*** Supplied information ***

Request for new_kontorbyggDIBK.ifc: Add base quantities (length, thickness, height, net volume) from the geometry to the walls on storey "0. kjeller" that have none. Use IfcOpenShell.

First a look at what the model holds.

```python
import ifcopenshell
import ifcopenshell.util.element
import ifcopenshell.util.unit

model = ifcopenshell.open("new_kontorbyggDIBK.ifc")
print(model.schema)
for unit_type in ("LENGTHUNIT", "AREAUNIT", "VOLUMEUNIT"):
    print(unit_type, ifcopenshell.util.unit.calculate_unit_scale(model, unit_type))
storey = next(s for s in model.by_type("IfcBuildingStorey") if s.Name == "0. kjeller")
walls = [e for e in ifcopenshell.util.element.get_decomposition(storey) if e.is_a("IfcWall")]
for e in sorted(walls, key=lambda e: e.id()):
    print(e.id(), e.is_a(), e.Name, list(ifcopenshell.util.element.get_psets(e, qtos_only=True)), sep=" | ")
```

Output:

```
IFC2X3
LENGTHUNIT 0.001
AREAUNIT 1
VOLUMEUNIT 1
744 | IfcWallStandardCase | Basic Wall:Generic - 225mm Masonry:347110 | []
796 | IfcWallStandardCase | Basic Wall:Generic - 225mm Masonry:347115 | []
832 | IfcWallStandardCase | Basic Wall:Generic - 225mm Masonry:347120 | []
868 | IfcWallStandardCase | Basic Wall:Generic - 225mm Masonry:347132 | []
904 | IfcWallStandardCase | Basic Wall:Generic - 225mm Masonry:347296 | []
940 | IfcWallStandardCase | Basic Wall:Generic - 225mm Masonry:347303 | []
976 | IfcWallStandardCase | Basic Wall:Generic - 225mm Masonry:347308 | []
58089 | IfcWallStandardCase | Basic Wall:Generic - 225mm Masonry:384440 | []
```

```python
import ifcopenshell
import ifcopenshell.api.pset
import ifcopenshell.geom
import ifcopenshell.util.element
import ifcopenshell.util.shape
import ifcopenshell.util.unit

model = ifcopenshell.open("new_kontorbyggDIBK.ifc")
unit_scale = ifcopenshell.util.unit.calculate_unit_scale(model)
volume_scale = ifcopenshell.util.unit.calculate_unit_scale(model, "VOLUMEUNIT")
settings = ifcopenshell.geom.settings()

storey = next(s for s in model.by_type("IfcBuildingStorey") if s.Name == "0. kjeller")
walls = [e for e in ifcopenshell.util.element.get_decomposition(storey) if e.is_a("IfcWall")]

for e in sorted(walls, key=lambda e: e.id()):
    if ifcopenshell.util.element.get_psets(e, qtos_only=True, should_inherit=False):
        continue
    # Geometry comes back in metres, in the element's own axes.
    shape = ifcopenshell.geom.create_shape(settings, e)
    values = {
        "Length": ifcopenshell.util.shape.get_x(shape.geometry) / unit_scale,
        "Width": ifcopenshell.util.shape.get_y(shape.geometry) / unit_scale,
        "Height": ifcopenshell.util.shape.get_z(shape.geometry) / unit_scale,
        "NetVolume": ifcopenshell.util.shape.get_volume(shape.geometry) / volume_scale,
    }
    qto = ifcopenshell.api.pset.add_qto(model, product=e, name="BaseQuantities")
    ifcopenshell.api.pset.edit_qto(model, qto=qto, properties=values)
    print(e.id(), {k: round(v, 3) for k, v in values.items()})

model.write("new_kontorbyggDIBK_v2.ifc")
```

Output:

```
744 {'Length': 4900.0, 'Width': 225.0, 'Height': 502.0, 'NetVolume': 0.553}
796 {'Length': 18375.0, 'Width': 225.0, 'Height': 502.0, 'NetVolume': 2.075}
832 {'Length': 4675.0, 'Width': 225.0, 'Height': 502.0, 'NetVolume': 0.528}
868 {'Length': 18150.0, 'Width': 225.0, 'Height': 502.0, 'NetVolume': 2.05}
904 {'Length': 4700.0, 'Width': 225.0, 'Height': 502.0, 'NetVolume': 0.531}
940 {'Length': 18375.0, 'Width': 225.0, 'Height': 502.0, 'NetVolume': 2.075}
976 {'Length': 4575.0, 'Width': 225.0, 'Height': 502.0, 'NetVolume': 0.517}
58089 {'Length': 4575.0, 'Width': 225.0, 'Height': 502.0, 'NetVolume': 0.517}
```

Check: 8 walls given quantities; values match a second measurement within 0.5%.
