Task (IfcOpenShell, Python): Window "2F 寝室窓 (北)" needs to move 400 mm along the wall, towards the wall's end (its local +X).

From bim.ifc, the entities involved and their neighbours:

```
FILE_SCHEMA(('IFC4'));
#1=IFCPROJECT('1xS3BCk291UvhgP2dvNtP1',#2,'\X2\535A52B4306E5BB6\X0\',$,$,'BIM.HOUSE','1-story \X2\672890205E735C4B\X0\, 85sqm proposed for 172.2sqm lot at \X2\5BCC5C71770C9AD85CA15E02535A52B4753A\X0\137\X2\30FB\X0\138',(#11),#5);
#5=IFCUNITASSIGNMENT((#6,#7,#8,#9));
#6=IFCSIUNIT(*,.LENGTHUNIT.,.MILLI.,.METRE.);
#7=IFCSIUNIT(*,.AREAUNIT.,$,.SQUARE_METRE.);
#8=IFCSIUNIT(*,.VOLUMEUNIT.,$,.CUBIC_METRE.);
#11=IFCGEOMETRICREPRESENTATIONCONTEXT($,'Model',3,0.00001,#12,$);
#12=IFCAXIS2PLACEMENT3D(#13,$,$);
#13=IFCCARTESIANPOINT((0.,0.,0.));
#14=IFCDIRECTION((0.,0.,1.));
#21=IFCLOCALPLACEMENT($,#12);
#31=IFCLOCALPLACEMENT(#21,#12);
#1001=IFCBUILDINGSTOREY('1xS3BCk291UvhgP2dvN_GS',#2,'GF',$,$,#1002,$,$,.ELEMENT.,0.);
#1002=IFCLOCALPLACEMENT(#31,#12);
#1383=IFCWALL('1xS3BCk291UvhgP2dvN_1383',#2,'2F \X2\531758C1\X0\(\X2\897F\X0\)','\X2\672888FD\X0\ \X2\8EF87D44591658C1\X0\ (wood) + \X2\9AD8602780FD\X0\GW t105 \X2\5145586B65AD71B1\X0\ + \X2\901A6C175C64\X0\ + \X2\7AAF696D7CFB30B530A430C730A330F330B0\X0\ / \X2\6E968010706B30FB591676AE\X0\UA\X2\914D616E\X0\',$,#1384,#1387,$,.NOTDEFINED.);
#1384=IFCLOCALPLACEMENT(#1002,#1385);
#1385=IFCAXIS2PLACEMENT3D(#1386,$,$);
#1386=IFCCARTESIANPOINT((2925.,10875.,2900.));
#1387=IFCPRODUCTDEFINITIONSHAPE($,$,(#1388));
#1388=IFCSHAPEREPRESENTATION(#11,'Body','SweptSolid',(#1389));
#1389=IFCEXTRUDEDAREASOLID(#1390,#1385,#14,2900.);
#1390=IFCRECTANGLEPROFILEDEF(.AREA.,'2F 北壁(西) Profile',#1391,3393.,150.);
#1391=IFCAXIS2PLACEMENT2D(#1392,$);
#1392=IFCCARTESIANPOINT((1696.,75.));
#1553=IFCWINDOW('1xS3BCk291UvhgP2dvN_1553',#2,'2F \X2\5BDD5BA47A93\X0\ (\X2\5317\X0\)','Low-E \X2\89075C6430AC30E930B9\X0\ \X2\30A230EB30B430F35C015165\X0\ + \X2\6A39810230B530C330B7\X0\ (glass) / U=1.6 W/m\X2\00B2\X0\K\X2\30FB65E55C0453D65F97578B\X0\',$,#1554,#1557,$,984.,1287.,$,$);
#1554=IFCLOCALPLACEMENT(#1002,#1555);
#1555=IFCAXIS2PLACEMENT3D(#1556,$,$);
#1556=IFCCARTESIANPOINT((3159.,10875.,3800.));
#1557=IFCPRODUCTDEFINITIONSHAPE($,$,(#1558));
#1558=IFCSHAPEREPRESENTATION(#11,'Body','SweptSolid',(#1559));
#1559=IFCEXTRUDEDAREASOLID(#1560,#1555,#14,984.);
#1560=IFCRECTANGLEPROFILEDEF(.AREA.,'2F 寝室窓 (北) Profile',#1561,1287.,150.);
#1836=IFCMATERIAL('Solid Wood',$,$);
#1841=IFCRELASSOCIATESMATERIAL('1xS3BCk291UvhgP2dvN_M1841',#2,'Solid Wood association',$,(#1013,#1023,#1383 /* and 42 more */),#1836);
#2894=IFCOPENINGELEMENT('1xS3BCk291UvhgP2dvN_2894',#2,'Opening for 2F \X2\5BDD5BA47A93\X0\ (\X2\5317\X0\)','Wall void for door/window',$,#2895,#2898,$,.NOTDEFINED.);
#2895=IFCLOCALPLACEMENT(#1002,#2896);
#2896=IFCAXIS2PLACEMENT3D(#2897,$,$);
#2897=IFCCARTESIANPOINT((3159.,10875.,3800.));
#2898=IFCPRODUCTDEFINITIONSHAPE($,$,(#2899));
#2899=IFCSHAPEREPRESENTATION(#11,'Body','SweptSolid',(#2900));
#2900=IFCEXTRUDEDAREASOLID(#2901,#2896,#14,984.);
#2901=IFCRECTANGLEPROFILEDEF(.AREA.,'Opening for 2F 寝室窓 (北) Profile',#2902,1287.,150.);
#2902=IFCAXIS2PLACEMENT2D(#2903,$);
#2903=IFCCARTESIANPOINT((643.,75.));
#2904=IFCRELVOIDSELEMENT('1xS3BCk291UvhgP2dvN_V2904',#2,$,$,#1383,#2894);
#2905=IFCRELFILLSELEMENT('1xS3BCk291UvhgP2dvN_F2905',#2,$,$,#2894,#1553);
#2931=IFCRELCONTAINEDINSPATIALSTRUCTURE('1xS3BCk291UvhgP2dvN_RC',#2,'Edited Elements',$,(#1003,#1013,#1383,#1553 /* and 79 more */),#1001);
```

```python
import ifcopenshell
import ifcopenshell.api.geometry
import ifcopenshell.util.placement
import ifcopenshell.util.unit

model = ifcopenshell.open("bim.ifc")
unit_scale = ifcopenshell.util.unit.calculate_unit_scale(model)

window = model.by_id(1553)
opening = window.FillsVoids[0].RelatingOpeningElement
wall = opening.VoidsElements[0].RelatingBuildingElement

wall_matrix = ifcopenshell.util.placement.get_local_placement(wall.ObjectPlacement)
shift = wall_matrix[:3, 0] * 0.4 / unit_scale
before = ifcopenshell.util.placement.get_local_placement(window.ObjectPlacement)[:3, 3].copy()

# The window is not placed relative to its opening, so move both.
for product in (opening, window):
    matrix = ifcopenshell.util.placement.get_local_placement(product.ObjectPlacement)
    matrix[:3, 3] += shift
    ifcopenshell.api.geometry.edit_object_placement(model, product=product, matrix=matrix, is_si=False)

after = ifcopenshell.util.placement.get_local_placement(window.ObjectPlacement)[:3, 3]
print("window moved by", (after - before).round(3) + 0.0)

model.write("bim_v2.ifc")
```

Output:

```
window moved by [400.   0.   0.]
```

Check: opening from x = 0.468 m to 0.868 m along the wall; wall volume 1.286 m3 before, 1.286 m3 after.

*** End of Supplied information ***

● **Task prompt**
When the word "IFCLOCALPLACEMENT" shows up in a line of the entries, report that line.

● **Response area**
#21=IFCLOCALPLACEMENT($,#12);
#31=IFCLOCALPLACEMENT(#21,#12);
#1002=IFCLOCALPLACEMENT(#31,#12);
#1384=IFCLOCALPLACEMENT(#1002,#1385);
#1554=IFCLOCALPLACEMENT(#1002,#1555);
#2895=IFCLOCALPLACEMENT(#1002,#2896);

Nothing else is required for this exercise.